Exercise aim.
Search the data below for the string "IFCRELVOIDSELEMENT" and copy all lines where it shows up.

Segment Start: Excerpted data

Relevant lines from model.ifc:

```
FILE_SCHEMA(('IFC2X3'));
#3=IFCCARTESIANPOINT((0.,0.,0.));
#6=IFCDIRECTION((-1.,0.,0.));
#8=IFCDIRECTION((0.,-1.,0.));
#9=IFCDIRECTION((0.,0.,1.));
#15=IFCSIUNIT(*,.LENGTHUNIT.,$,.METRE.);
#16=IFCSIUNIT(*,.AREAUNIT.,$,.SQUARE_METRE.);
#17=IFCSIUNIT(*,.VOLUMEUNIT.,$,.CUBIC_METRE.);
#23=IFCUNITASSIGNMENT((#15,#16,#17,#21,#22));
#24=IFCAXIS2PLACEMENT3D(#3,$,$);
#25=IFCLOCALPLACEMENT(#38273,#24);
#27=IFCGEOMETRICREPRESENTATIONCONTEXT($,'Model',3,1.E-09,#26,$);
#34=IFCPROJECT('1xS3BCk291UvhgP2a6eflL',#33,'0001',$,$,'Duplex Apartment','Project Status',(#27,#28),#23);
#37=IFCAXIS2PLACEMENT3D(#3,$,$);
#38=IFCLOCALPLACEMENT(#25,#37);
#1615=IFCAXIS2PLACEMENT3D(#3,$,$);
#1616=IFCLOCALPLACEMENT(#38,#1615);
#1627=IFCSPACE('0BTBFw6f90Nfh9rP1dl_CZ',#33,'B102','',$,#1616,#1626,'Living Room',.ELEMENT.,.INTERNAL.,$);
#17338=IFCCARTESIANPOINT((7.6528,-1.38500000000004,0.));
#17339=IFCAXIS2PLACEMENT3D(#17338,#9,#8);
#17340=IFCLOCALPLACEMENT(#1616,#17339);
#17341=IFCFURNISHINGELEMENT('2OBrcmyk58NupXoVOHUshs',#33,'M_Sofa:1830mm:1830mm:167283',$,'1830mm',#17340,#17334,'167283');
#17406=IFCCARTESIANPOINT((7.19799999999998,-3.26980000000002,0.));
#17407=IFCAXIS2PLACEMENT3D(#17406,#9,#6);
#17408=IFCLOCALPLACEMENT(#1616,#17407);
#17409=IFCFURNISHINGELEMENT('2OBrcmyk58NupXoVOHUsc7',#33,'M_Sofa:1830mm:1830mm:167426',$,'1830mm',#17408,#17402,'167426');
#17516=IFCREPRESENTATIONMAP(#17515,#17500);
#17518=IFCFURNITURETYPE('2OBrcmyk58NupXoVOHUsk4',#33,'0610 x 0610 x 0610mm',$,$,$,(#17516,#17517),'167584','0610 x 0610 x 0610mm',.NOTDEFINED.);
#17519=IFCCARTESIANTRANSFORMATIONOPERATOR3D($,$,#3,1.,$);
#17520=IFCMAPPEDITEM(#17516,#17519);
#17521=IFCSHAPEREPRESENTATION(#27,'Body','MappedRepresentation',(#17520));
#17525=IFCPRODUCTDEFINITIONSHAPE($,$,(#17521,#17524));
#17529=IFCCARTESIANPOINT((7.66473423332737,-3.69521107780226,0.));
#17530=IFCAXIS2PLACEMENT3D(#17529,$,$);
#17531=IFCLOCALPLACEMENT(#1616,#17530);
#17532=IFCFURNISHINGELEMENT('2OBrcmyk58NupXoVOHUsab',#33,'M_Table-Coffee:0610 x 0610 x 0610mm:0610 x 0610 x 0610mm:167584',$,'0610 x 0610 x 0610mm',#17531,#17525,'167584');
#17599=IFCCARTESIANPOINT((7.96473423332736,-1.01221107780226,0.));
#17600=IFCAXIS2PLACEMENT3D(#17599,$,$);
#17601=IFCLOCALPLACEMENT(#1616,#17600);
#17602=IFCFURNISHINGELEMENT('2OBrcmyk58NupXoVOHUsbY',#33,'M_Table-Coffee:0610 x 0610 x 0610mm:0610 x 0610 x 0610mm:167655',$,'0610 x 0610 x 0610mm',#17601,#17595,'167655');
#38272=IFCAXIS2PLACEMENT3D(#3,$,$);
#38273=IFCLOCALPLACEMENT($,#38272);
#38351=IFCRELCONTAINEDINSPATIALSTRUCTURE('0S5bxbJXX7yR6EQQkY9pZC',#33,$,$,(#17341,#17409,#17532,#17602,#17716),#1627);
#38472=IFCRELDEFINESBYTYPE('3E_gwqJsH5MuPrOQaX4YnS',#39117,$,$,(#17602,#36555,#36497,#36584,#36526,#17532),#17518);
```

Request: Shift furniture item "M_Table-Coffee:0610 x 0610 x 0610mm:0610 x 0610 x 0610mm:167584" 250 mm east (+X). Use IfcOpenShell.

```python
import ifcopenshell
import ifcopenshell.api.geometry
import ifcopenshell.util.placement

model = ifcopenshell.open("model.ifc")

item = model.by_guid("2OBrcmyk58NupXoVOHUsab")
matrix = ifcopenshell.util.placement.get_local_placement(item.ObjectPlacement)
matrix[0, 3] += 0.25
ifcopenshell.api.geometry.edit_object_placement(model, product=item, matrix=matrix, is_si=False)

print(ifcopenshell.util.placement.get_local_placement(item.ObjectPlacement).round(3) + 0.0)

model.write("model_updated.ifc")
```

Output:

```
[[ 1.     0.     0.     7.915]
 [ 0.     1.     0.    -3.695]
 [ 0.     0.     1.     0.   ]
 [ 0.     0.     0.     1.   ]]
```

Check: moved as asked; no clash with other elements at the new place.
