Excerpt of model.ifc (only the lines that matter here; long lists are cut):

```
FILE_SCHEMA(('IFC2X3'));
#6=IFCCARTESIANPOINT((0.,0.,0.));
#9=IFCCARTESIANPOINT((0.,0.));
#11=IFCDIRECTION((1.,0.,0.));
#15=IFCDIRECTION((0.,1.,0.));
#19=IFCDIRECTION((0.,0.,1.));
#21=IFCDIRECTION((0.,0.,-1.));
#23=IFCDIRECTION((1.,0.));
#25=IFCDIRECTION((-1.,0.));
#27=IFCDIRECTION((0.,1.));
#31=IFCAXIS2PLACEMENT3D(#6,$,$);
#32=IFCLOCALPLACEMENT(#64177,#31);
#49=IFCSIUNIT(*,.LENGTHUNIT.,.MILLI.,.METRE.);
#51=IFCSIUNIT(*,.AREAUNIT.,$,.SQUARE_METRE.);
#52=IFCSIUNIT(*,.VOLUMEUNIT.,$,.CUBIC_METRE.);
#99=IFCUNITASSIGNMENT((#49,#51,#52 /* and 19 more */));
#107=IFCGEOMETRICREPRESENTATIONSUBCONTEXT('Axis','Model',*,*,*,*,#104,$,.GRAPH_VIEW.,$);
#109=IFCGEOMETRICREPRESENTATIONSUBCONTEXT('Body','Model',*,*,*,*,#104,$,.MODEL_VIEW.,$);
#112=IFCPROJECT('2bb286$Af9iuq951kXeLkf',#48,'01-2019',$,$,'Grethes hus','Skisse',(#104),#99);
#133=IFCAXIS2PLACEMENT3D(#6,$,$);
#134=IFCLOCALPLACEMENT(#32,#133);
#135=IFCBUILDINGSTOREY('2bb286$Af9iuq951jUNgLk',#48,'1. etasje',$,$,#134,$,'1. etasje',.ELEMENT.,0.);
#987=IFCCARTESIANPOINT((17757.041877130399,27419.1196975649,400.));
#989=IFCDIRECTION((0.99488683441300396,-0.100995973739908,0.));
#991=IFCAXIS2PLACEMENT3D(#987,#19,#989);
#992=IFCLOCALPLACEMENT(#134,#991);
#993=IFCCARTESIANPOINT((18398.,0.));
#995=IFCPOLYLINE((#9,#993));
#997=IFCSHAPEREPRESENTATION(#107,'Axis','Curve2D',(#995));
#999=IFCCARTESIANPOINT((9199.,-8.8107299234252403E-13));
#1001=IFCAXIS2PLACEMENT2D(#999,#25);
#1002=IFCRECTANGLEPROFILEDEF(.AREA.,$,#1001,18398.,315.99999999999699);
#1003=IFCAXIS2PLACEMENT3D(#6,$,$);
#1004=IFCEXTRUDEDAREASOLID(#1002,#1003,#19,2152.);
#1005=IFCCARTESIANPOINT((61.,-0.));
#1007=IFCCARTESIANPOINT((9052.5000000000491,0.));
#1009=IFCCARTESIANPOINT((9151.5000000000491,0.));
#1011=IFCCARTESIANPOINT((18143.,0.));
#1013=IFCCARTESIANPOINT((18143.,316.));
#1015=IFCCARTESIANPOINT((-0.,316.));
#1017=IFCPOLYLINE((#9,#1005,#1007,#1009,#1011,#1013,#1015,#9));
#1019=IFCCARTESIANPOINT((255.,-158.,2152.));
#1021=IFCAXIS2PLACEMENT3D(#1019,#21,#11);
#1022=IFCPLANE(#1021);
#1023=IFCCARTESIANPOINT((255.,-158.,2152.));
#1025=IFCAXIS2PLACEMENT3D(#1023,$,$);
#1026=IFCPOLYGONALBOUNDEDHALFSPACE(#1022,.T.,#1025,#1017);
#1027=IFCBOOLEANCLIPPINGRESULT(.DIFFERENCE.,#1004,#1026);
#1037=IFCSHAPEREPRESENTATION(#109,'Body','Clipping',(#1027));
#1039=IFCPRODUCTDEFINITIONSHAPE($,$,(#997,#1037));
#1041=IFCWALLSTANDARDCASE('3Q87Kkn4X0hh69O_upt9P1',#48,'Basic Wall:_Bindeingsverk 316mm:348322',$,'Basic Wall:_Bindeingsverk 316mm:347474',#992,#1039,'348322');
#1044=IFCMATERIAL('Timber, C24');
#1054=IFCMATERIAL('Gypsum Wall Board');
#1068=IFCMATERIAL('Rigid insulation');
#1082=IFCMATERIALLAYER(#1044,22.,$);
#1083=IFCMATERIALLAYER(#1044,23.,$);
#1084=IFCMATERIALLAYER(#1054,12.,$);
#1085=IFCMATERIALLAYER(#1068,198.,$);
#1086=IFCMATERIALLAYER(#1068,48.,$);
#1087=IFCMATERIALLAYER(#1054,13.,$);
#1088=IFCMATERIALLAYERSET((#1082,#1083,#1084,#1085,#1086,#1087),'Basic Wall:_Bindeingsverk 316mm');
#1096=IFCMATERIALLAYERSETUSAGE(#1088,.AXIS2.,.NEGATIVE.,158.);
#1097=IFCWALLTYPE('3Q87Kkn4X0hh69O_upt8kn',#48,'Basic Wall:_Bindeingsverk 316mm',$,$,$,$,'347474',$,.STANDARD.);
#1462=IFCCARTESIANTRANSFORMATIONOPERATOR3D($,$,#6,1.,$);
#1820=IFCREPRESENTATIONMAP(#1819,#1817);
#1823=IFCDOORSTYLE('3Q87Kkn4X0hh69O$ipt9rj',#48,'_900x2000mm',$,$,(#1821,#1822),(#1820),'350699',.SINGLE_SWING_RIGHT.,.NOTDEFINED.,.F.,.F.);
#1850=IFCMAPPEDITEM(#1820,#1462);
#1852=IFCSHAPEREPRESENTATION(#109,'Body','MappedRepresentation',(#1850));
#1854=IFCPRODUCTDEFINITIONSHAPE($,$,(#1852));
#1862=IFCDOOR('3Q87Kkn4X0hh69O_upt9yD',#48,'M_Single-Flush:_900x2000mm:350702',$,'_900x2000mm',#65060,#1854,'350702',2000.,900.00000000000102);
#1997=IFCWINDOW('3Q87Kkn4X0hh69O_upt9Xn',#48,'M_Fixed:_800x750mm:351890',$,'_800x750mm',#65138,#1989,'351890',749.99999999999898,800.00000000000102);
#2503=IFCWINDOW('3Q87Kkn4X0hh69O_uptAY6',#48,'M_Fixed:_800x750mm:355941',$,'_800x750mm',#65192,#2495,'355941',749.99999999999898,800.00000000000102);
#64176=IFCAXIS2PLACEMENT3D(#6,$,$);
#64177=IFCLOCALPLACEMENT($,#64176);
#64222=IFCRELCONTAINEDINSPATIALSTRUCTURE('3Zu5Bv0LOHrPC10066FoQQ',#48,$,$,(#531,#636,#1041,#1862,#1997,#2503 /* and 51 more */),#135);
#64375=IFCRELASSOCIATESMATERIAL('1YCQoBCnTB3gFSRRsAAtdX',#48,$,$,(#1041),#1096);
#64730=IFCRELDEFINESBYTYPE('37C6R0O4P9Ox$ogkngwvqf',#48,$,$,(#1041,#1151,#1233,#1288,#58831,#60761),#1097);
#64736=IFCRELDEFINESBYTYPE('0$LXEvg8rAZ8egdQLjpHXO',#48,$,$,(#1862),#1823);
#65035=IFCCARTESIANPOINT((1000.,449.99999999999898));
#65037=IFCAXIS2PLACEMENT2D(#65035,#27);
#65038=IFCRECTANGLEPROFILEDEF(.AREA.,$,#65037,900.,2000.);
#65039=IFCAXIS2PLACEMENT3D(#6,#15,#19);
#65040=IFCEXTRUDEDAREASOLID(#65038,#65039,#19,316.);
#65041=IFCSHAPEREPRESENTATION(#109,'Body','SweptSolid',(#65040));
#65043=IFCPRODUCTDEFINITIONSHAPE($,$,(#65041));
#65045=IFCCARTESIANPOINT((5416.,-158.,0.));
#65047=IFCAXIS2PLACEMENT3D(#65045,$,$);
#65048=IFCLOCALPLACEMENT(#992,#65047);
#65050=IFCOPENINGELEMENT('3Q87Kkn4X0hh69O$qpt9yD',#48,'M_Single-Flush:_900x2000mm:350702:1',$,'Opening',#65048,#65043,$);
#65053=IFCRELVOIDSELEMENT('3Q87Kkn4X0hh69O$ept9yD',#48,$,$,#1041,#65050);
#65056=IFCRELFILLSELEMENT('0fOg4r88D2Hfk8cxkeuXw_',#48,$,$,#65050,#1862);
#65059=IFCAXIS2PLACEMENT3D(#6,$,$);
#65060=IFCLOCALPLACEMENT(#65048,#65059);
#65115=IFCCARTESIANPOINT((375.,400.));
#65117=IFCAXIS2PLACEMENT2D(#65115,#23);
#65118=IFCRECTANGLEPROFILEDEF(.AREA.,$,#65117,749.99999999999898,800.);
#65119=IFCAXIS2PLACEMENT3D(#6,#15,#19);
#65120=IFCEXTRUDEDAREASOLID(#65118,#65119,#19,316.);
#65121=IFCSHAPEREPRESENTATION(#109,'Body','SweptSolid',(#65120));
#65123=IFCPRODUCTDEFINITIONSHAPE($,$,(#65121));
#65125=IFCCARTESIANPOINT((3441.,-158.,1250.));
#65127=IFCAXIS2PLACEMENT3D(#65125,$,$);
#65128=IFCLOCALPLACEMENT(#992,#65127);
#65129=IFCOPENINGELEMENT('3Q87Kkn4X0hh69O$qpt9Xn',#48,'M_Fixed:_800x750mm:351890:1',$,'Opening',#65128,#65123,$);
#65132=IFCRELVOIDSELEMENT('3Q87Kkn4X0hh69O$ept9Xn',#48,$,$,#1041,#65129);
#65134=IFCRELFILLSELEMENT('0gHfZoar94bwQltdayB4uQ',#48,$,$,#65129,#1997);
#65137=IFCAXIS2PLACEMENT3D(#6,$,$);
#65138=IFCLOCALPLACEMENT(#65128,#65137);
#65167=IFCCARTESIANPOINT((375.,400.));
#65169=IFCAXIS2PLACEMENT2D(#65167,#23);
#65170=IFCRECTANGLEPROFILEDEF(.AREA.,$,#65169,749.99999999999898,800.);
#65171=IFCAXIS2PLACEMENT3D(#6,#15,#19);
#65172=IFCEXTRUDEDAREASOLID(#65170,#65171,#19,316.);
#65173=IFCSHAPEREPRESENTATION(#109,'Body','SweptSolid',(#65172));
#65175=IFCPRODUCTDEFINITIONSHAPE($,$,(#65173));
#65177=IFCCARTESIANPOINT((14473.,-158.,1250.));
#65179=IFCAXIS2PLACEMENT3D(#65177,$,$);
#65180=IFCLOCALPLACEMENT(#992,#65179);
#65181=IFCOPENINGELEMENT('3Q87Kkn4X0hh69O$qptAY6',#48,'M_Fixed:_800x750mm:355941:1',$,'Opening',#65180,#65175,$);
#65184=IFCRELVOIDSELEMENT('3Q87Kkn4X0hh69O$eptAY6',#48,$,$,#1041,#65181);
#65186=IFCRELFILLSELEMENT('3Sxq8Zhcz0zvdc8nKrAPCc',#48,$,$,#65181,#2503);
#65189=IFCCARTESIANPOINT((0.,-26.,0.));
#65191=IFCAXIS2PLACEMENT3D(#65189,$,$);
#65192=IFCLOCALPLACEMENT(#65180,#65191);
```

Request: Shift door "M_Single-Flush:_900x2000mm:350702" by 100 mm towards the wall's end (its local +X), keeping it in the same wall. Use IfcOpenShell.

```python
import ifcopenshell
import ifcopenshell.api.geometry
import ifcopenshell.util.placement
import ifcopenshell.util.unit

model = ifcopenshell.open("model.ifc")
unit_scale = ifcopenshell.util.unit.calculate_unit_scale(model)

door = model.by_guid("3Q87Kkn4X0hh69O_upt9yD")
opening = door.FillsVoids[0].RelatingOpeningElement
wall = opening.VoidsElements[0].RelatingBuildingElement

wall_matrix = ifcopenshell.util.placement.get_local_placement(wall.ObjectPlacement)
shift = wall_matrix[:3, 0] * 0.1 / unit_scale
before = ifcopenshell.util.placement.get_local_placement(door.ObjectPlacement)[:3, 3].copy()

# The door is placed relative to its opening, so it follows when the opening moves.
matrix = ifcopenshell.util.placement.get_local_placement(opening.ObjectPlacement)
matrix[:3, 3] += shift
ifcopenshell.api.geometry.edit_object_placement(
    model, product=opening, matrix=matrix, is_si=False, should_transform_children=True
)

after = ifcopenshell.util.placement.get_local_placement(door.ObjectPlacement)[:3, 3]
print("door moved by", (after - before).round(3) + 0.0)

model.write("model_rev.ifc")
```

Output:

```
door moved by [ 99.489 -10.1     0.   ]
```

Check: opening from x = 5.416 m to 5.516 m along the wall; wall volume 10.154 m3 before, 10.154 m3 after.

Segment End: Excerpted data

Result of the task.
#65053=IFCRELVOIDSELEMENT('3Q87Kkn4X0hh69O$ept9yD',#48,$,$,#1041,#65050);
#65132=IFCRELVOIDSELEMENT('3Q87Kkn4X0hh69O$ept9Xn',#48,$,$,#1041,#65129);
#65184=IFCRELVOIDSELEMENT('3Q87Kkn4X0hh69O$eptAY6',#48,$,$,#1041,#65181);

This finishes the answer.